IoT Optimizes Major Incident Handling

Major Incidents occur on a daily basis across all industry types. IoT provides an innovative platform enabling a consistent workflow process which will handle major incidents in a manner that reduces their adverse consequences.

896
Image of a comic book character running away from a cybersecurity incident
Illustration: © IoT For All

Major Incidents occur on a daily basis across all industry types.  These could include rolling blackouts from a power grid under strain or a cyclone hitting a coastline with high winds and that creates a storm surge causing extensive damage and a loss of life. Currently, most of these incidents are handled in a reactive manner and in crisis mode. The Internet of Things (IoT) provides a platform, as well as the enablement of a consistent workflow process, which will facilitate the handling of these major incidents in a manner that reduces their adverse consequences.

The high-level workflow associated with a major incident can be integrated with IoT devices, especially at the sensor and wearable level.  The primary and most important benefit is that IoT will be able to record precisely each step in the major incident workflow. Time is crucial in analysis and is the cornerstone of causation. The below diagram is a presentation of the major incident workflow and serves as an indication of the important times that need to be noted:

Image Credit: Ron Bartels

The detailed steps are as follows:

  • Time when the major incident started: This is the actual time when the disaster/crisis started and when something of significant negative consequence has happened to inventory items or a large risk event has been triggered.
  • Time when an incident was detected: A major incident is detected either by IoT sensors, people assigned to the task or via a third party.
  • Time of diagnosis: This is when the underlying cause is identified, and we know what happened beyond the visual or immediate symptoms presented.
  • Time of repair: The process to fix failures has started or corrective action is initiated.
  • Time of recovery: Components have been recovered which means that the inventory is available again for production and business is ready to be resumed.
  • Time of restoration: Normal operations resume has resumed, and the inventory item or associated service is back in full production.
  • Time of workaround: When a service is back in production with a workaround.  An example would be where the utility power for a data center has failed and the standby generator has kicked in.
  • Time of escalation: When the major incident is escalated to a higher level, such as the introduction of a Tiger Team.
  • Duration service was unavailable: The downtime as measured and determined by Service Level Agreements (SLA).
  • Duration service was degraded: Often overlooked in SLAs, this refers to the period when service was not able to operate at an optimal capacity or expected capacity levels.

These times allow analysts to better understand where problems within the workflow exist when the times are graphed.  As an example, is there a delay in major incidents being digitally detected or a disparate time being spent diagnosing the underlying causes?  It’s also useful to aggregate these statistics over multiple Major Incidents to understand trends. 

These statistics can also be extrapolated to better define and set appropriate SLA times and durations.  Just recording the start and end time of a major incident provides no benefit, as that doesn’t provide guidance or inform where time improvements are possible.  The recommended workflow above is a significant improvement.  An IoT platform or system thus needs to have this embedded knowledge assimilated, and this workflow is the basis upon which AI can be leveraged to deal with major incidents.

The deliverable of IoT platforms in dealing with major incidents also needs to incorporate a method to gauge risks, which in this case are the probabilities of loss, failures and errors.  This aligns to the CIA metrics which are defined as:

  • Inventory is only accessible to those authorized to its use.
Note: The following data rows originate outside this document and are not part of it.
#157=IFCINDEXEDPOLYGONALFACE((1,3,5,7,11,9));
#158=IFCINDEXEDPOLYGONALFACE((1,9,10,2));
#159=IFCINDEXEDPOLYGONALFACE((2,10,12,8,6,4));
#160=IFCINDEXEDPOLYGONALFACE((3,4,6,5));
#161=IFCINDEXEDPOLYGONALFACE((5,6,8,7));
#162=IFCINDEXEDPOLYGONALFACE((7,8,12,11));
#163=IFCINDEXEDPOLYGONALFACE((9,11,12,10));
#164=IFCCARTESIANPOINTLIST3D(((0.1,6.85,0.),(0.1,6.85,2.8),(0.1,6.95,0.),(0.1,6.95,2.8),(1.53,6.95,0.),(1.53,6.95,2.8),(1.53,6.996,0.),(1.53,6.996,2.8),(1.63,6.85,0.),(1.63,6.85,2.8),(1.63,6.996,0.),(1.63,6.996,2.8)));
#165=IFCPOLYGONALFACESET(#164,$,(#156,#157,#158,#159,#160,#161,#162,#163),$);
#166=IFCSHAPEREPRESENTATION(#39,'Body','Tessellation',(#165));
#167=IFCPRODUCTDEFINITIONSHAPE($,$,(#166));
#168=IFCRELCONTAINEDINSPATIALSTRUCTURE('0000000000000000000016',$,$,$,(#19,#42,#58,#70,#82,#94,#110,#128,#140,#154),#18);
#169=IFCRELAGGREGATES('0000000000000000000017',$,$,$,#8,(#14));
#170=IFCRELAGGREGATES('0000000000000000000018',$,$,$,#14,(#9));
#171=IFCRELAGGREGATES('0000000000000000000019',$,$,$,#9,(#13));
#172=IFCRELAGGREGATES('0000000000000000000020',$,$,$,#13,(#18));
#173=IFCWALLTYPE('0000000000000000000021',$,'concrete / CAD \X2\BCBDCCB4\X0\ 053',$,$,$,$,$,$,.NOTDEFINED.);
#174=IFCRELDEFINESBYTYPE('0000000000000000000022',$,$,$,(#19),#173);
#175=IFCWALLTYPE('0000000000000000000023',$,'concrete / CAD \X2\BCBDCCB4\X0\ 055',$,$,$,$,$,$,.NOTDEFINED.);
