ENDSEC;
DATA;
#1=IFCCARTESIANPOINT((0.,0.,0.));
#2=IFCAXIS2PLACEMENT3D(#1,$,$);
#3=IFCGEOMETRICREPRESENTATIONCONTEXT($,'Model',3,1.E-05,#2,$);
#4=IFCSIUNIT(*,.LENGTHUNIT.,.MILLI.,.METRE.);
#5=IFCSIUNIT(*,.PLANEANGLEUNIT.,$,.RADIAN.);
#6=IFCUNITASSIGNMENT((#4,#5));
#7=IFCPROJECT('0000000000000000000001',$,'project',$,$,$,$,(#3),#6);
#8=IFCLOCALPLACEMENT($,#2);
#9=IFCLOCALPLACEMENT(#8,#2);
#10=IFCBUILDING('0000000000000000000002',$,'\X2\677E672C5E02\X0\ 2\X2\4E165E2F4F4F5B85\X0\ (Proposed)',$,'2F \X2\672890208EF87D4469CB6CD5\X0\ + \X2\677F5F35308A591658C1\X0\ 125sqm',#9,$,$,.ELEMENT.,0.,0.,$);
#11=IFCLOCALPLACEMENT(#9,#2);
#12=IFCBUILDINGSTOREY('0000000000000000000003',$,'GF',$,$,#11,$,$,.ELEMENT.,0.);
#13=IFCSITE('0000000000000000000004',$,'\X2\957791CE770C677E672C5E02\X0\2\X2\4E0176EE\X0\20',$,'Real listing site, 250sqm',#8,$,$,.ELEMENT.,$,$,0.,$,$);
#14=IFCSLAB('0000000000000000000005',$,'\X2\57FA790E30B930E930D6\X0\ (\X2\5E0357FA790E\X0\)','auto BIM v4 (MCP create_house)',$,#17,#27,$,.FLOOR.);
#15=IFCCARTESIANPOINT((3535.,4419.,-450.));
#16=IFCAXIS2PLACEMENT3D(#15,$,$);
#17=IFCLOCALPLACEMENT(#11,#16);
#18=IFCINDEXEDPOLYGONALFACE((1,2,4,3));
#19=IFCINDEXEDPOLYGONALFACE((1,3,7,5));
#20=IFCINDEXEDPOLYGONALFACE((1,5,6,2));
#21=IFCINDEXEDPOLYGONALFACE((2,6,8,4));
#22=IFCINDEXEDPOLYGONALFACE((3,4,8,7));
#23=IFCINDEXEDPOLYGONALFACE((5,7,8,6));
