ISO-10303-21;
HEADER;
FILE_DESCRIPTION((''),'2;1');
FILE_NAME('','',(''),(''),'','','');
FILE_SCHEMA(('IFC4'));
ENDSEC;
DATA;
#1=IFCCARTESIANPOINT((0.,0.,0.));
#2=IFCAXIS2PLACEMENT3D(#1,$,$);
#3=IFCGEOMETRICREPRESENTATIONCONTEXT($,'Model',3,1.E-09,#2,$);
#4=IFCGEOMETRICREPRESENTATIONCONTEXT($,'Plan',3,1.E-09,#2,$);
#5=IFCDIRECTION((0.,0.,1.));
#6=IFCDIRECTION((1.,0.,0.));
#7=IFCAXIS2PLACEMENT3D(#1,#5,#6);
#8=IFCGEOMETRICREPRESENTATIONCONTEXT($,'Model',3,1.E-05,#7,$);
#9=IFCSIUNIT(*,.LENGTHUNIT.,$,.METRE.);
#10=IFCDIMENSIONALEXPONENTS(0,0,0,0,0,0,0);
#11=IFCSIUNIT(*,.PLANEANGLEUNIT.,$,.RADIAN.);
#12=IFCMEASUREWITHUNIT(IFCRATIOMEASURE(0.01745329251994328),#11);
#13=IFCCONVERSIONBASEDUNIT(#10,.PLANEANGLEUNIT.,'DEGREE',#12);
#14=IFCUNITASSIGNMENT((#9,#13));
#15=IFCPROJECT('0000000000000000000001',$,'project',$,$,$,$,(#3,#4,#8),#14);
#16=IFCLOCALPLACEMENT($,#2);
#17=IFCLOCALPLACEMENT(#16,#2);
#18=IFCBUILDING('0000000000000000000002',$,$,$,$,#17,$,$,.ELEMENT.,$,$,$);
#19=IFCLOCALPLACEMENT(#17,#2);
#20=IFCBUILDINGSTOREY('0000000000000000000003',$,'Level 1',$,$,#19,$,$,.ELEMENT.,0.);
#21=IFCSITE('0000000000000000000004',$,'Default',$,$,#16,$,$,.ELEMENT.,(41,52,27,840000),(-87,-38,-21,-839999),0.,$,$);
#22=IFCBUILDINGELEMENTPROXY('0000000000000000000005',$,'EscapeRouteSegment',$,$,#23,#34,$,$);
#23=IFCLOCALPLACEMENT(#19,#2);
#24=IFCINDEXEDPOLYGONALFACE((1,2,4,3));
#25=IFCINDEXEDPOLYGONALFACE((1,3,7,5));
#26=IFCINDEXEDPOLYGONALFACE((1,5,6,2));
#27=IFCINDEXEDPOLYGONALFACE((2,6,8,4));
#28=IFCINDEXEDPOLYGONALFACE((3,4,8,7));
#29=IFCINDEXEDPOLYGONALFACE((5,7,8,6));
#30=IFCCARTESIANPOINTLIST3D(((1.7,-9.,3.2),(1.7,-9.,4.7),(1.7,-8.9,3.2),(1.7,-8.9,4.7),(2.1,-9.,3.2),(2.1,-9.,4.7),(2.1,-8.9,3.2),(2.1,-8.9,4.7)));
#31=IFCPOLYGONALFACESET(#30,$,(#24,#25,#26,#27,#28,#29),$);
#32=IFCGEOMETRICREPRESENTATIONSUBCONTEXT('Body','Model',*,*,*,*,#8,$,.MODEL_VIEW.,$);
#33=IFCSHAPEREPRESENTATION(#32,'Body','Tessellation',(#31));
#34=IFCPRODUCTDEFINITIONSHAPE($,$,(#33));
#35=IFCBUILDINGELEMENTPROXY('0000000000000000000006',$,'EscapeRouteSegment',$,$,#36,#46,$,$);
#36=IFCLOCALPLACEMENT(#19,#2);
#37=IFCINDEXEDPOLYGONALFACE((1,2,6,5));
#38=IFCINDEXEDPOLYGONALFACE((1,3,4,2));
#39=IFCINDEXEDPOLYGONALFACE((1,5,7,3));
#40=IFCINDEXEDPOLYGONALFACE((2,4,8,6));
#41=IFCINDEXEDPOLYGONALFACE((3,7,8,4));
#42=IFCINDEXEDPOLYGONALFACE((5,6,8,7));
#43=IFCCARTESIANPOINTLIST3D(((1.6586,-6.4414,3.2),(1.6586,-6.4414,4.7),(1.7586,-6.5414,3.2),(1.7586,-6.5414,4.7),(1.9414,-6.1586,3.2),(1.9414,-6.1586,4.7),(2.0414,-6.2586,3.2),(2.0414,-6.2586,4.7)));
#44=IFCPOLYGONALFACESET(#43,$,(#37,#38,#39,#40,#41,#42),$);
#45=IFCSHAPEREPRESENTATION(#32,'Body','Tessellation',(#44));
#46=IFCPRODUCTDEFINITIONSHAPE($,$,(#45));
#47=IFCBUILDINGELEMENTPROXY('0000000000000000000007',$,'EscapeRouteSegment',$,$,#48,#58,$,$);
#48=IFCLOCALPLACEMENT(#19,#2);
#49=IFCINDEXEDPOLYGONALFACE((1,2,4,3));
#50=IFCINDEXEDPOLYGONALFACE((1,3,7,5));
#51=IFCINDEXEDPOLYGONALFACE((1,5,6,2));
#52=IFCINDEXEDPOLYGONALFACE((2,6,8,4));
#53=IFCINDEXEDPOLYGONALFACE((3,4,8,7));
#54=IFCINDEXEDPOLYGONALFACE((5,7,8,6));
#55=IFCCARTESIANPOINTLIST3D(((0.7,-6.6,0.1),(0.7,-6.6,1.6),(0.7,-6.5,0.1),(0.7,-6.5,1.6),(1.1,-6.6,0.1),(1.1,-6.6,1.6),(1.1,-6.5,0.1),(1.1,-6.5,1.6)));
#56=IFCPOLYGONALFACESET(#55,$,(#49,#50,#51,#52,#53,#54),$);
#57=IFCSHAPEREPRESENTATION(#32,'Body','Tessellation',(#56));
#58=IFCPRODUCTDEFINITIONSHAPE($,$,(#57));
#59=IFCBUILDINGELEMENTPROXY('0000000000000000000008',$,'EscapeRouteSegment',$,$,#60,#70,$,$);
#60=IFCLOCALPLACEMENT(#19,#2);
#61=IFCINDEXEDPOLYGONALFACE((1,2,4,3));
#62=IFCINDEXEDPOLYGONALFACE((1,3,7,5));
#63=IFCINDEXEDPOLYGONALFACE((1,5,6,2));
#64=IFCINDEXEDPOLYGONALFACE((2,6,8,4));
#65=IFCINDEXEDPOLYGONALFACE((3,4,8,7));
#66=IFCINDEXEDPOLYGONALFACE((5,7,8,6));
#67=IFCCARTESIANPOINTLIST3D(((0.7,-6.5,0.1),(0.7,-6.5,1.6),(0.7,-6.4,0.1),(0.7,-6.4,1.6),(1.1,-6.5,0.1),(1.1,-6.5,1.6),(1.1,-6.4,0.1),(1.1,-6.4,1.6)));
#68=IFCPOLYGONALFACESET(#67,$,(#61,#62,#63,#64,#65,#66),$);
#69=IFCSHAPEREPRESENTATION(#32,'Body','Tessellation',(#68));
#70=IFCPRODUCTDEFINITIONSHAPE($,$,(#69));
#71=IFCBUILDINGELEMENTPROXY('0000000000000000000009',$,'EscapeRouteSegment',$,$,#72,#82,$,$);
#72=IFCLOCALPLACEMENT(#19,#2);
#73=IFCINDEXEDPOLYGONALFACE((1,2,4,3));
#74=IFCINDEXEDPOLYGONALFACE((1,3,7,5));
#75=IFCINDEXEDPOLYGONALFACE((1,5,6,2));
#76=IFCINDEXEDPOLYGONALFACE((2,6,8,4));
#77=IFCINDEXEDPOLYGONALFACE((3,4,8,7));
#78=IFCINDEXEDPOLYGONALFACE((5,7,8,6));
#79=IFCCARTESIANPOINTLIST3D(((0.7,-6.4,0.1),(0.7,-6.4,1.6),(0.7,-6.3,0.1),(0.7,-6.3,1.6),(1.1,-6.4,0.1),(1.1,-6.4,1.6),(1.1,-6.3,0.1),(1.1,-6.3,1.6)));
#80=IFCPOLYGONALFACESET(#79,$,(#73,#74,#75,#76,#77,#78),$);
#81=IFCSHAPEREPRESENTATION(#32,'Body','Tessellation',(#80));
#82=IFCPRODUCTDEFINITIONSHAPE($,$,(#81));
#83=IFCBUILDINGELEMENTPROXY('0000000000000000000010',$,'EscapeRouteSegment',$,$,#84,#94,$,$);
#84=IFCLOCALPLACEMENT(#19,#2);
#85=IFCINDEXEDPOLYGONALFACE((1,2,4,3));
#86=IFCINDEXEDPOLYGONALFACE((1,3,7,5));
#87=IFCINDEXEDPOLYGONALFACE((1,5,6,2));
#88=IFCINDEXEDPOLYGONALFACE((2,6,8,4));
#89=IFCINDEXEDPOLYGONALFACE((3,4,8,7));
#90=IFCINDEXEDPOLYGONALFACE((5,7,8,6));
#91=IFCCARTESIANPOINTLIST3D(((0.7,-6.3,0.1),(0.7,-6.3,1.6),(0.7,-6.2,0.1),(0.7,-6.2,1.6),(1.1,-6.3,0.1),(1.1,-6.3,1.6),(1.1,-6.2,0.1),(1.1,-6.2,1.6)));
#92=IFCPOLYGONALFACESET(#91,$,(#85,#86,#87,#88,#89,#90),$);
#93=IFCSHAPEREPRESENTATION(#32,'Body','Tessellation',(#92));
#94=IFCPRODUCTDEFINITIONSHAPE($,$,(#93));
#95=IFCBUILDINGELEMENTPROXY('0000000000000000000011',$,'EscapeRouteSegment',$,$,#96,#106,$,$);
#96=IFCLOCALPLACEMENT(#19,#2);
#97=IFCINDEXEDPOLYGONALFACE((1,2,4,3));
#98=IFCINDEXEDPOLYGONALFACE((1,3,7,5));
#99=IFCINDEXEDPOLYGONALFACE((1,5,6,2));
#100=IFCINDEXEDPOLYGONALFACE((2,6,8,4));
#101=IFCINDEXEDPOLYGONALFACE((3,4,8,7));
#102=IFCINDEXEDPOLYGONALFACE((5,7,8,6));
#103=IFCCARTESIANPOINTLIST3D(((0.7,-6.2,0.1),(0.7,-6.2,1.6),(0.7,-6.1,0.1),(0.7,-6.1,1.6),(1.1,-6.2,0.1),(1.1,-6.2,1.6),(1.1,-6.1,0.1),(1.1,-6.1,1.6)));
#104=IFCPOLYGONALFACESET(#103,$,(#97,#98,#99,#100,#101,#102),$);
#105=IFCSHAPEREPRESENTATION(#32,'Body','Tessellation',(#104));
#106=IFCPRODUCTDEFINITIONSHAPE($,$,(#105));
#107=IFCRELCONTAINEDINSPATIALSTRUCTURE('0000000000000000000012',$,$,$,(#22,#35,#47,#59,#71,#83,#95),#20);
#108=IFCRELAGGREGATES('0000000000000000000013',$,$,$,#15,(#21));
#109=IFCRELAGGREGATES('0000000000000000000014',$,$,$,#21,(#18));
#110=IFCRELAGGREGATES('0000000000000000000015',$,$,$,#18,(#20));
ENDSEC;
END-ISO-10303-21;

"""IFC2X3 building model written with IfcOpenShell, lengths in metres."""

from ifc_helpers import new_model, entity, si_unit, converted_unit, frame, origin, origin_with_axes, place, context, subcontext, project, spatial, polyline, outline, extrude, element, save


model = new_model("IFC2X3")

# Units and contexts
model_context_1 = context("Model", 3, precision=1e-09, world=origin())
plan_context = context("Plan", 3, precision=1e-09, world=origin())
model_context_2 = context("Model", 3, precision=1e-05, world=origin_with_axes())
body_context = subcontext(model_context_2, "Body", "Model", "MODEL_VIEW")
ifc_project = project(units=[si_unit("LENGTHUNIT", "METRE"), converted_unit("PLANEANGLEUNIT", "DEGREE", entity("IfcRatioMeasure", 0.01745329251994328), si_unit("PLANEANGLEUNIT", "RADIAN"), dimensions=[0, 0, 0, 0, 0, 0, 0])], contexts=[model_context_1, plan_context, model_context_2])

# Site, building, storey
site_placement = place(None, origin())
site = spatial("IfcSite", under=ifc_project, at=site_placement, Name="Default", CompositionType="ELEMENT", RefLatitude=(41, 52, 27, 840000), RefLongitude=(-87, -38, -21, -839999), RefElevation=0.0)
building_placement = place(site_placement, origin())
building = spatial("IfcBuilding", under=site, at=building_placement, CompositionType="ELEMENT")
storey_placement = place(building_placement, origin())
storey = spatial("IfcBuildingStorey", under=building, at=storey_placement, Name="Level 1", CompositionType="ELEMENT", Elevation=0.0)

# Building element proxies
proxy_1_placement = place(storey_placement, frame((1.9, -8.9, 3.2), z_axis=(0.0, 0.0, 1.0), x_axis=(0.0, -1.0, 0.0)))
element("IfcBuildingElementProxy", 1, at=proxy_1_placement, inside=storey, Name="EscapeRouteSegment", context=body_context, shape_type="SweptSolid", body=[
    extrude(outline(polyline([(0.0, -0.2), (0.0, 0.2), (0.1, 0.2), (0.1, -0.2), (0.0, -0.2)])), origin_with_axes(), (0.0, 0.0, 1.0), 1.5),
])
proxy_2_placement = place(storey_placement, frame((1.8, -6.3, 3.2), z_axis=(0.0, 0.0, 1.0), x_axis=(0.707107, -0.707106, 0.0)))
element("IfcBuildingElementProxy", 2, at=proxy_2_placement, inside=storey, Name="EscapeRouteSegment", context=body_context, shape_type="SweptSolid", body=[
    extrude(outline(polyline([(0.0, -0.2), (0.0, 0.2), (0.1414, 0.2), (0.1414, -0.2), (0.0, -0.2)])), origin_with_axes(), (0.0, 0.0, 1.0), 1.5),
])
for number, where, z_axis, x_axis, name in (
    (3, (0.9, -6.6, 0.1), (0.0, 0.0, 1.0), (0.0, 1.0, 0.0), "EscapeRouteSegment"),
    (4, (0.9, -6.5, 0.1), (0.0, 0.0, 1.0), (0.0, 1.0, 0.0), "EscapeRouteSegment"),
    (5, (0.9, -6.4, 0.1), (0.0, 0.0, 1.0), (0.0, 1.0, 0.0), "EscapeRouteSegment"),
):
    element("IfcBuildingElementProxy", number, at=place(storey_placement, frame(where, z_axis=z_axis, x_axis=x_axis)), inside=storey, Name=name, context=body_context, shape_type="SweptSolid", body=[
        extrude(outline(polyline([(0.0, -0.2), (0.0, 0.2), (0.1, 0.2), (0.1, -0.2), (0.0, -0.2)])), origin_with_axes(), (0.0, 0.0, 1.0), 1.5),
    ])
proxy_3_placement = place(storey_placement, frame((0.9, -6.3, 0.1), z_axis=(0.0, 0.0, 1.0), x_axis=(0.0, 1.0, 0.0)))
element("IfcBuildingElementProxy", 6, at=proxy_3_placement, inside=storey, Name="EscapeRouteSegment", context=body_context, shape_type="SweptSolid", body=[
    extrude(outline(polyline([(0.0, -0.2), (0.0, 0.2), (0.1, 0.2), (0.1, -0.2), (0.0, -0.2)])), origin_with_axes(), (0.0, 0.0, 1.0), 1.5),
])
proxy_4_placement = place(storey_placement, frame((0.9, -6.2, 0.1), z_axis=(0.0, 0.0, 1.0), x_axis=(0.0, 1.0, 0.0)))
element("IfcBuildingElementProxy", 7, at=proxy_4_placement, inside=storey, Name="EscapeRouteSegment", context=body_context, shape_type="SweptSolid", body=[
    extrude(outline(polyline([(0.0, -0.2), (0.0, 0.2), (0.1, 0.2), (0.1, -0.2), (0.0, -0.2)])), origin_with_axes(), (0.0, 0.0, 1.0), 1.5),
])

save(model, "model.ifc")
This is associated with loss.
  • Safeguarding the accuracy and completeness of inventory.  This is associated with failure.
  • Authorized use is provided when required.  This is associated with failure.
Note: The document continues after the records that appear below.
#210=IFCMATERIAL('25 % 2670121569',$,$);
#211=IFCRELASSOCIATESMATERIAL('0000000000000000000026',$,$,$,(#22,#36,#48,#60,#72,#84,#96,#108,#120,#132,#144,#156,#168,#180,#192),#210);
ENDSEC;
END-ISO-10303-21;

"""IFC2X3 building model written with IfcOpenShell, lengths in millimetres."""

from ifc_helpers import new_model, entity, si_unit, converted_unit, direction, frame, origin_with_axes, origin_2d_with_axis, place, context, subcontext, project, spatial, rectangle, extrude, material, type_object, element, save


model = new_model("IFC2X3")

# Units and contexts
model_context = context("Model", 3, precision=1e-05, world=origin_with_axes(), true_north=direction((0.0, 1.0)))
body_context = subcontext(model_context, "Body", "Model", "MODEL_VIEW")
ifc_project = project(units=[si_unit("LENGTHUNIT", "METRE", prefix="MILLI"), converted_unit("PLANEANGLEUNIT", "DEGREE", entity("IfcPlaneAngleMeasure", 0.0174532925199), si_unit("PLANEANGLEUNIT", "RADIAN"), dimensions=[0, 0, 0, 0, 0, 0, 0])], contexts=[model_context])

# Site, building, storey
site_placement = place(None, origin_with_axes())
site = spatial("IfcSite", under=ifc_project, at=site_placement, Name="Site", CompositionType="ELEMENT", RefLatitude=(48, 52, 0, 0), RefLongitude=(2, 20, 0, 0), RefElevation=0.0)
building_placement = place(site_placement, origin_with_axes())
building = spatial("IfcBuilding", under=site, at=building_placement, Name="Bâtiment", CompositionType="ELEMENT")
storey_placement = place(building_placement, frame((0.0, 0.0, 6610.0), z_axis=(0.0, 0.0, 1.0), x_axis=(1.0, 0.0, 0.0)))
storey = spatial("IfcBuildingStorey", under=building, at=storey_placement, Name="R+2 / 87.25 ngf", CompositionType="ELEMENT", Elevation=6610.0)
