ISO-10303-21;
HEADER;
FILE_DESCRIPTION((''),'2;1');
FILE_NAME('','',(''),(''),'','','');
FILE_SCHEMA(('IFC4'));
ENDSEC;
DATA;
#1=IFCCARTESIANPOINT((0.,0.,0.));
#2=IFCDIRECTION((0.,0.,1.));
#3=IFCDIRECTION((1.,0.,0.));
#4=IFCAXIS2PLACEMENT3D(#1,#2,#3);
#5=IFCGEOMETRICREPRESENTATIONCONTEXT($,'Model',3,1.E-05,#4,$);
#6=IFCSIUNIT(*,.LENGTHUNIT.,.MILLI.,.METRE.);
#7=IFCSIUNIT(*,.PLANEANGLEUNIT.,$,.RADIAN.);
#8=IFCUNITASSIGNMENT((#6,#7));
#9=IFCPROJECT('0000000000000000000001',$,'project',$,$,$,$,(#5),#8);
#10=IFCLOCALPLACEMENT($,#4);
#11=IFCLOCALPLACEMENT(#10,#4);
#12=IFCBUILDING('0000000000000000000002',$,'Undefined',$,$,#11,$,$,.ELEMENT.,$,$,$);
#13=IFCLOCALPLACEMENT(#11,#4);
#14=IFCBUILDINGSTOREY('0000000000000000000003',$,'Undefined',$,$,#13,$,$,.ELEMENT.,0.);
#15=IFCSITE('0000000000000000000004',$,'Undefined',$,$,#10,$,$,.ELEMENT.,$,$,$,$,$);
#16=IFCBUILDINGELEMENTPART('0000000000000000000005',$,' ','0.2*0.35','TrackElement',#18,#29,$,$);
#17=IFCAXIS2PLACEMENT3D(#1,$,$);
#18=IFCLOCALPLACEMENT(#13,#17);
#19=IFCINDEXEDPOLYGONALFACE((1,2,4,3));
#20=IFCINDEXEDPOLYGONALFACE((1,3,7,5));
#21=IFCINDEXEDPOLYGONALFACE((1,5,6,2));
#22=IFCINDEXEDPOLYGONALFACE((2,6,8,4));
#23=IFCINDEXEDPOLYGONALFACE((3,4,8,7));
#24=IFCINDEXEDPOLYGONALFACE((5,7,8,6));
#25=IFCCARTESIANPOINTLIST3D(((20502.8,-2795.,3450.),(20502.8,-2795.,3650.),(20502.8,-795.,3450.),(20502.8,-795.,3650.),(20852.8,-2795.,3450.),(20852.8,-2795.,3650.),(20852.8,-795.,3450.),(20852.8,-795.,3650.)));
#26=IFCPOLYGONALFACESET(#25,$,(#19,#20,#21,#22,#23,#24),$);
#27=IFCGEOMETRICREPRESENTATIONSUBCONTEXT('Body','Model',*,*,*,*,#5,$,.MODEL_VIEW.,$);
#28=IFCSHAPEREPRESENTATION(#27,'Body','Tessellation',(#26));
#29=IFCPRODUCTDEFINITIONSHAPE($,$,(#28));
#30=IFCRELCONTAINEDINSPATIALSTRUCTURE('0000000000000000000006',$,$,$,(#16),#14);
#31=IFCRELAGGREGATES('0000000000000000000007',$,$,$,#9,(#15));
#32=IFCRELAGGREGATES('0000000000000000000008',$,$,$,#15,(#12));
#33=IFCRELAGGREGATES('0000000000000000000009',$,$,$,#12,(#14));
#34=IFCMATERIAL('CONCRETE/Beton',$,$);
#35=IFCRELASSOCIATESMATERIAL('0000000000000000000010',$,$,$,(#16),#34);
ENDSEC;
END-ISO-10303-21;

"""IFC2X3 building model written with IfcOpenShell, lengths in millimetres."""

from ifc_helpers import new_model, si_unit, frame, origin_with_axes, origin_2d_with_axis, place, context, subcontext, project, spatial, rectangle, extrude, material, element, save


model = new_model("IFC2X3")

# Units and contexts
model_context = context("Model", 3, precision=1e-05, world=origin_with_axes())
body_context = subcontext(model_context, "Body", "Model", "MODEL_VIEW")
ifc_project = project(units=[si_unit("LENGTHUNIT", "METRE", prefix="MILLI"), si_unit("PLANEANGLEUNIT", "RADIAN")], contexts=[model_context])

# Site, building, storey
site_placement = place(None, origin_with_axes())
site = spatial("IfcSite", under=ifc_project, at=site_placement, Name="Undefined", CompositionType="ELEMENT")
building_placement = place(site_placement, origin_with_axes())
building = spatial("IfcBuilding", under=site, at=building_placement, Name="Undefined", CompositionType="ELEMENT")
storey_placement = place(building_placement, origin_with_axes())
storey = spatial("IfcBuildingStorey", under=building, at=storey_placement, Name="Undefined", CompositionType="ELEMENT", Elevation=0.0)

# Shared definitions
ifc_material_1 = material(Name="CONCRETE/Beton")

# Building element part
building_element_part_placement = place(storey_placement, frame((20677.8, -795.0, 3550.0), z_axis=(0.0, 0.0, 1.0), x_axis=(0.0, -1.0, 0.0)))
element("IfcBuildingElementPart", 1, at=building_element_part_placement, inside=storey, material=ifc_material_1, Name=" ", Description="0.2*0.35", ObjectType="TrackElement", context=body_context, shape_type="SweptSolid", body=[
    extrude(rectangle(XDim=350.0, YDim=200.0, at=origin_2d_with_axis()), frame((2000.0, 0.0, 0.0), z_axis=(-1.0, 0.0, 0.0), x_axis=(0.0, -1.0, 0.0)), (0.0, 0.0, 1.0), 2000.0),
])

save(model, "model.ifc")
The diagram below contextualizes the risk.  Normal operating conditions are impacted by unexpected activity.  If these activities have pro-active mitigations in place, then workarounds are possible to avoid a major incident.  Should the mitigations not address the problems that are being caused by the major incident event, then there is an expectation that reactive counter-measures can reduce any further negative consequences.  A lack or poor counter-measures will trigger a full-blown major incident.

Image Credit: Ron Bartels

IoT should be able to deliver on the digitalization of this risk management.  Being able to manage both the proactive mitigations and trigger the reactive countermeasures.  The benefit here is time. The digitalization of the process can reduce the negative impact of a major incident as algorithms can react faster than humans to immediately identify causation.  The algorithm can learn from the previous incident, creating a feedback loop which allows the entities experiencing the major incidents to incrementally improve operations over time.

IoT platforms that provide workflow and risk management are key to dealing with major incidents; an IoT implementation lacking this functionality is superficial at best.